*** DATASET CONTENT ***

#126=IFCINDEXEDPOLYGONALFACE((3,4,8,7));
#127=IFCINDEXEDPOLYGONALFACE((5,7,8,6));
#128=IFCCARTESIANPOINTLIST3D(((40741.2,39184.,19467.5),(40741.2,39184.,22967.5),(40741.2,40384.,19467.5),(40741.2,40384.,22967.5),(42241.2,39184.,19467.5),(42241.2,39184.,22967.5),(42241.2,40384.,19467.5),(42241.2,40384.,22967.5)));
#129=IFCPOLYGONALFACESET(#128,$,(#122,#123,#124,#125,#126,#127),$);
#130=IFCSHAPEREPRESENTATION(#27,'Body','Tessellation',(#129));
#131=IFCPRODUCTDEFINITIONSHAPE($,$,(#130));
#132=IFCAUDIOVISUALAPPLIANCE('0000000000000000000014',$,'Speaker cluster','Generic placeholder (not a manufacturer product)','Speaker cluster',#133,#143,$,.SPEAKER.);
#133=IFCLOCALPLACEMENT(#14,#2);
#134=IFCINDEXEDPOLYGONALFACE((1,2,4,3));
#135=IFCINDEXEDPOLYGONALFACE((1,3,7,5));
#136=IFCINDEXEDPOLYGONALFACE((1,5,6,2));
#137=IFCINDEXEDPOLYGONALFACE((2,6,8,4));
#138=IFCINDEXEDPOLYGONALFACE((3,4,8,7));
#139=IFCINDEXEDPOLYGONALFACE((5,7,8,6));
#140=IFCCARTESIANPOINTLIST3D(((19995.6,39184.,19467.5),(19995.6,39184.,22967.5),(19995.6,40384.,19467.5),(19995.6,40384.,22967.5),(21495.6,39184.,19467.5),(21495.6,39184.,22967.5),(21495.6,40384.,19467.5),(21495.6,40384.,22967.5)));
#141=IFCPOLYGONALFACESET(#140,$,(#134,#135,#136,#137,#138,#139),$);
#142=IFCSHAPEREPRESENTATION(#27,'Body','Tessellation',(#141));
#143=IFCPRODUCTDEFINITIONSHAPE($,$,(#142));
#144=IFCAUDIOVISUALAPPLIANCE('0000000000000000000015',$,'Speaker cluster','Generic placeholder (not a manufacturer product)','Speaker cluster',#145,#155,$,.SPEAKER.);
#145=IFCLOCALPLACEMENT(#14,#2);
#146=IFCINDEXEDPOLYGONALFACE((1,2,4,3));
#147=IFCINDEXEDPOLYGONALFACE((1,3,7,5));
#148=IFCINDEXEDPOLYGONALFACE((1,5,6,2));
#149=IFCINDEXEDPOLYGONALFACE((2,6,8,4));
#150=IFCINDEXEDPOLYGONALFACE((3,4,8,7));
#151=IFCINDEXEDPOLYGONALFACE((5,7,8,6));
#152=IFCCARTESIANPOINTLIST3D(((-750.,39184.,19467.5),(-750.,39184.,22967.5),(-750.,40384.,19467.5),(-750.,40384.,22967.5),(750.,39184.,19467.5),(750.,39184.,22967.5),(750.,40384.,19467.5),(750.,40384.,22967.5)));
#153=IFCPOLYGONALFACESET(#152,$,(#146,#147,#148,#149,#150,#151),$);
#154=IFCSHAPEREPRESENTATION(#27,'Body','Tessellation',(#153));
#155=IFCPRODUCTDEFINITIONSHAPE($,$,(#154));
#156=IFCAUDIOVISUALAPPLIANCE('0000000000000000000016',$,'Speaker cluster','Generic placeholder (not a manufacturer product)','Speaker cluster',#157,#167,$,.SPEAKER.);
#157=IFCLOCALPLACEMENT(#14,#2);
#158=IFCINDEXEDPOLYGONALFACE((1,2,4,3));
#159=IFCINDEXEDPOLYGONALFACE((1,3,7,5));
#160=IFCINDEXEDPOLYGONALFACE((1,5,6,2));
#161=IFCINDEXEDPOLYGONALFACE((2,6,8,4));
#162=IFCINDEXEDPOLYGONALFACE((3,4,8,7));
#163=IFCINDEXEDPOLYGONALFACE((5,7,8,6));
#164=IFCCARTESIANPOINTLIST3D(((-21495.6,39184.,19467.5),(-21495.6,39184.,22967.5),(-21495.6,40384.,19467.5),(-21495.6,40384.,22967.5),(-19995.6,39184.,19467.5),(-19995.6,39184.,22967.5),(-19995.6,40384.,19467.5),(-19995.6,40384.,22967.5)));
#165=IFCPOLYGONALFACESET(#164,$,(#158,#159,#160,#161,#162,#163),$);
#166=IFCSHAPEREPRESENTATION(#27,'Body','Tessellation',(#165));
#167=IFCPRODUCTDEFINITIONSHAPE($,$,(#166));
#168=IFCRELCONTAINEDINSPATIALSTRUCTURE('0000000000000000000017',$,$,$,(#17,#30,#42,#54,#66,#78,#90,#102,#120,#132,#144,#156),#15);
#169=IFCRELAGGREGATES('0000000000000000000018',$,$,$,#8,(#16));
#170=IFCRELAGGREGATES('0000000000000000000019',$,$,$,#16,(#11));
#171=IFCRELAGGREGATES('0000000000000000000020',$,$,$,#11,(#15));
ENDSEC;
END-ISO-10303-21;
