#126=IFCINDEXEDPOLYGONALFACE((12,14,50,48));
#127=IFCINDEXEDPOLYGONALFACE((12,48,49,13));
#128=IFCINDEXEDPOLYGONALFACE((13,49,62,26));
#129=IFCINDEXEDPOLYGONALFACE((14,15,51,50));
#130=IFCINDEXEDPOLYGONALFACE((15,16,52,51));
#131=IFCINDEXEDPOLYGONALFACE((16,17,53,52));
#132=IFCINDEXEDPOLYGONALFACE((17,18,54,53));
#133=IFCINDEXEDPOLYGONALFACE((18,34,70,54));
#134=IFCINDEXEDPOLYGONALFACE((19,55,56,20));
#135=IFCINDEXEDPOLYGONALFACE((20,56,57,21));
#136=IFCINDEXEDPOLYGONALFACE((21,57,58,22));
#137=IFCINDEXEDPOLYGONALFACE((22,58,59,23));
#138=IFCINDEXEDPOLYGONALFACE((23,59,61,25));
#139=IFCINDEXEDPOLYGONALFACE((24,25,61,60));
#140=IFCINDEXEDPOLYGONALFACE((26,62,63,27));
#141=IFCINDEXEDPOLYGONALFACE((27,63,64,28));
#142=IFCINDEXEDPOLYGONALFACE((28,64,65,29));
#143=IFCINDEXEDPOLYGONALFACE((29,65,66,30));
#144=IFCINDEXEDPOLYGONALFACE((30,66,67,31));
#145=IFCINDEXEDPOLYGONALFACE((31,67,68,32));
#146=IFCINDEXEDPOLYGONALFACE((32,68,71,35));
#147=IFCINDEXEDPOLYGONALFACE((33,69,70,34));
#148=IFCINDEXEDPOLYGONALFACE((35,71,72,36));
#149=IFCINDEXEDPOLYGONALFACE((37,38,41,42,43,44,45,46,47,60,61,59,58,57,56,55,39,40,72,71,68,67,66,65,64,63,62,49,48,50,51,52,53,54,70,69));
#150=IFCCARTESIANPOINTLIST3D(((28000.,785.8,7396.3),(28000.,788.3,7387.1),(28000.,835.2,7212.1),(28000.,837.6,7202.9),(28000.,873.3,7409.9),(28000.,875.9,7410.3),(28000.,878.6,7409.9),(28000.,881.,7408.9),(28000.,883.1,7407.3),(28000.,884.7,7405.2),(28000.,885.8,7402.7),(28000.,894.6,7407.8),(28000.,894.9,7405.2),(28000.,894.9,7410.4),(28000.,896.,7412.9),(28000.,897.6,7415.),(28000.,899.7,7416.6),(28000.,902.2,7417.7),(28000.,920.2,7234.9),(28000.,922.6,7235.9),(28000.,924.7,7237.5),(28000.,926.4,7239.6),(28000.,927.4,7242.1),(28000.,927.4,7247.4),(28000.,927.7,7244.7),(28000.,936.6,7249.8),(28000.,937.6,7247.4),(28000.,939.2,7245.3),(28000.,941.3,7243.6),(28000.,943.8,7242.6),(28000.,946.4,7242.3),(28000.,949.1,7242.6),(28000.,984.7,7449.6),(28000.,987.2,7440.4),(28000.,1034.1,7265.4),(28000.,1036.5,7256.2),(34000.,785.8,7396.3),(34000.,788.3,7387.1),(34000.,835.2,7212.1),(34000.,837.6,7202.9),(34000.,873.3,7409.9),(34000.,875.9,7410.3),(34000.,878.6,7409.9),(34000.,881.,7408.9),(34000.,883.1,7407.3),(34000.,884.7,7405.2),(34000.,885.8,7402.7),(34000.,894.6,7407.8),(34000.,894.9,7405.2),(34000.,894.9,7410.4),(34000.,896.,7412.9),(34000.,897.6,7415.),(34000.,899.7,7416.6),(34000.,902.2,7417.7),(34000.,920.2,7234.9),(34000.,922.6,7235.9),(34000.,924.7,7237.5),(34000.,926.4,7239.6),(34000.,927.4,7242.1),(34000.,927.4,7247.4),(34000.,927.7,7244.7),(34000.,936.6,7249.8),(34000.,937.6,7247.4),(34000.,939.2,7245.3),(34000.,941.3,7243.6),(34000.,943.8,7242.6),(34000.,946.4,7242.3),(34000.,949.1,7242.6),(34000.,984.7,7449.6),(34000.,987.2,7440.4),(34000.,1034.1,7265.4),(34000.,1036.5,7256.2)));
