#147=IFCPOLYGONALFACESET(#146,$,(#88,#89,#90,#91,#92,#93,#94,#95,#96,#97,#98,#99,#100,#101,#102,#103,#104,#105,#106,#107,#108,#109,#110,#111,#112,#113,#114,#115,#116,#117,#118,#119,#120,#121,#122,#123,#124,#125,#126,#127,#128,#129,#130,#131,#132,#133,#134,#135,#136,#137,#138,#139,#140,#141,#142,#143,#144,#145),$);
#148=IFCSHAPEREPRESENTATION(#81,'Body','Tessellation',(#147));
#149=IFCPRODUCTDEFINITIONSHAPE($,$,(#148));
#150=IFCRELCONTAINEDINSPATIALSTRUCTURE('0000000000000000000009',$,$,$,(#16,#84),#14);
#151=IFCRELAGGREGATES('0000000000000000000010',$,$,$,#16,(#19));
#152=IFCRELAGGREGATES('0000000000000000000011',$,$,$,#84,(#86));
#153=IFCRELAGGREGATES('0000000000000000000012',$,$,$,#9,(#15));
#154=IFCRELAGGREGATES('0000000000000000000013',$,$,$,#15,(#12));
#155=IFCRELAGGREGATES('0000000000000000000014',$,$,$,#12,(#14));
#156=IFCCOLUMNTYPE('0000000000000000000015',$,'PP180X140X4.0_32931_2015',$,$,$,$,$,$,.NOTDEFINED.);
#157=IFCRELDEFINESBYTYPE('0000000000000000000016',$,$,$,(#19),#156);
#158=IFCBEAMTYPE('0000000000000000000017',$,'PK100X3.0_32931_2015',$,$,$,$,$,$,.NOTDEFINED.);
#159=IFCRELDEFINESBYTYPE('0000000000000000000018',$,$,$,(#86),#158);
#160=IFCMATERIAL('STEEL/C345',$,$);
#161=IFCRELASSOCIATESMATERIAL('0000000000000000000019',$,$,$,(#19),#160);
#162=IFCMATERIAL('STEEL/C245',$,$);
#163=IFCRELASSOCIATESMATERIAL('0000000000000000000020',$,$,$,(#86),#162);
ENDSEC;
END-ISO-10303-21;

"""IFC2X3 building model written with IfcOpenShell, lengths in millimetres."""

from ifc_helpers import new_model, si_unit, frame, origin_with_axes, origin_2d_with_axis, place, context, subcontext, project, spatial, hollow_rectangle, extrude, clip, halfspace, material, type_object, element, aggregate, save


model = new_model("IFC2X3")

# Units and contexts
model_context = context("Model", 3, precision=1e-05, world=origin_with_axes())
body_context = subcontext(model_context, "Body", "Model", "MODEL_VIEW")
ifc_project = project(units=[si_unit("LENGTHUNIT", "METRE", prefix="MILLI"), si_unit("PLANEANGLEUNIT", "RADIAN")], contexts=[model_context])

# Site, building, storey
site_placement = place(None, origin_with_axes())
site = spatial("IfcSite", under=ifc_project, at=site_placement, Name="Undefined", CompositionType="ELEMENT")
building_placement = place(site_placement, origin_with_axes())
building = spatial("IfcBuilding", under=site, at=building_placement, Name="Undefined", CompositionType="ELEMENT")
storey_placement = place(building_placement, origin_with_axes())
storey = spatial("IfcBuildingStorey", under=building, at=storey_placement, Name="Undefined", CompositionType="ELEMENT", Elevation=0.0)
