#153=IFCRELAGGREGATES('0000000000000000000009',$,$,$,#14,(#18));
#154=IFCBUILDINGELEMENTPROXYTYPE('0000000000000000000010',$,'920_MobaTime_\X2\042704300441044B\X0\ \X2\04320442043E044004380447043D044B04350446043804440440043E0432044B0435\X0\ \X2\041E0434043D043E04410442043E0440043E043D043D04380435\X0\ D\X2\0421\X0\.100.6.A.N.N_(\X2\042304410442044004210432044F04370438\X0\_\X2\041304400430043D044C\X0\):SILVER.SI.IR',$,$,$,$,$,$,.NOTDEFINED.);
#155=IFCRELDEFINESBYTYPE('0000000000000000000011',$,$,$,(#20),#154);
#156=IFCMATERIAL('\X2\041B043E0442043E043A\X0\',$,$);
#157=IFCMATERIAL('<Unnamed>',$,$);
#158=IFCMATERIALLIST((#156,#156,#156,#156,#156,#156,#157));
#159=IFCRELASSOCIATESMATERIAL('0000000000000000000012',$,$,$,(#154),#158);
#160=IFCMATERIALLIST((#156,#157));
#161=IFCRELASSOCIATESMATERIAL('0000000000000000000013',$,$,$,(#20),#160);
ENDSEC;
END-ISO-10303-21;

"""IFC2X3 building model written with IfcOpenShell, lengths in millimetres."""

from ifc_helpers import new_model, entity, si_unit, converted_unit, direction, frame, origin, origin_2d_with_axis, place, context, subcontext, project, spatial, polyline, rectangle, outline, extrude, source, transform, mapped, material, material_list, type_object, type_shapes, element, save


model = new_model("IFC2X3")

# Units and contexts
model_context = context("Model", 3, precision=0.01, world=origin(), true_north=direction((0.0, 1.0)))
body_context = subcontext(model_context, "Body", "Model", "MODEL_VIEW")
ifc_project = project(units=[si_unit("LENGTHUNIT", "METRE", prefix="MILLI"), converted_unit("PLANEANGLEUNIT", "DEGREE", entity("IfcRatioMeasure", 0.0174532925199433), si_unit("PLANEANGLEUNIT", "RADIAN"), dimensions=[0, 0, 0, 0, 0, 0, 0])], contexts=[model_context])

*** End of DATASET CONTENT ***

HOW TO COMPLETE THIS TASK – Isolate the lines above that contain the word "entity" and copy them.

YOUR RESPONSE –
from ifc_helpers import new_model, entity, si_unit, converted_unit, direction, frame, origin, origin_2d_with_axis, place, context, subcontext, project, spatial, polyline, rectangle, outline, extrude, source, transform, mapped, material, material_list, type_object, type_shapes, element, save
ifc_project = project(units=[si_unit("LENGTHUNIT", "METRE", prefix="MILLI"), converted_unit("PLANEANGLEUNIT", "DEGREE", entity("IfcRatioMeasure", 0.0174532925199433), si_unit("PLANEANGLEUNIT", "RADIAN"), dimensions=[0, 0, 0, 0, 0, 0, 0])], contexts=[model_context])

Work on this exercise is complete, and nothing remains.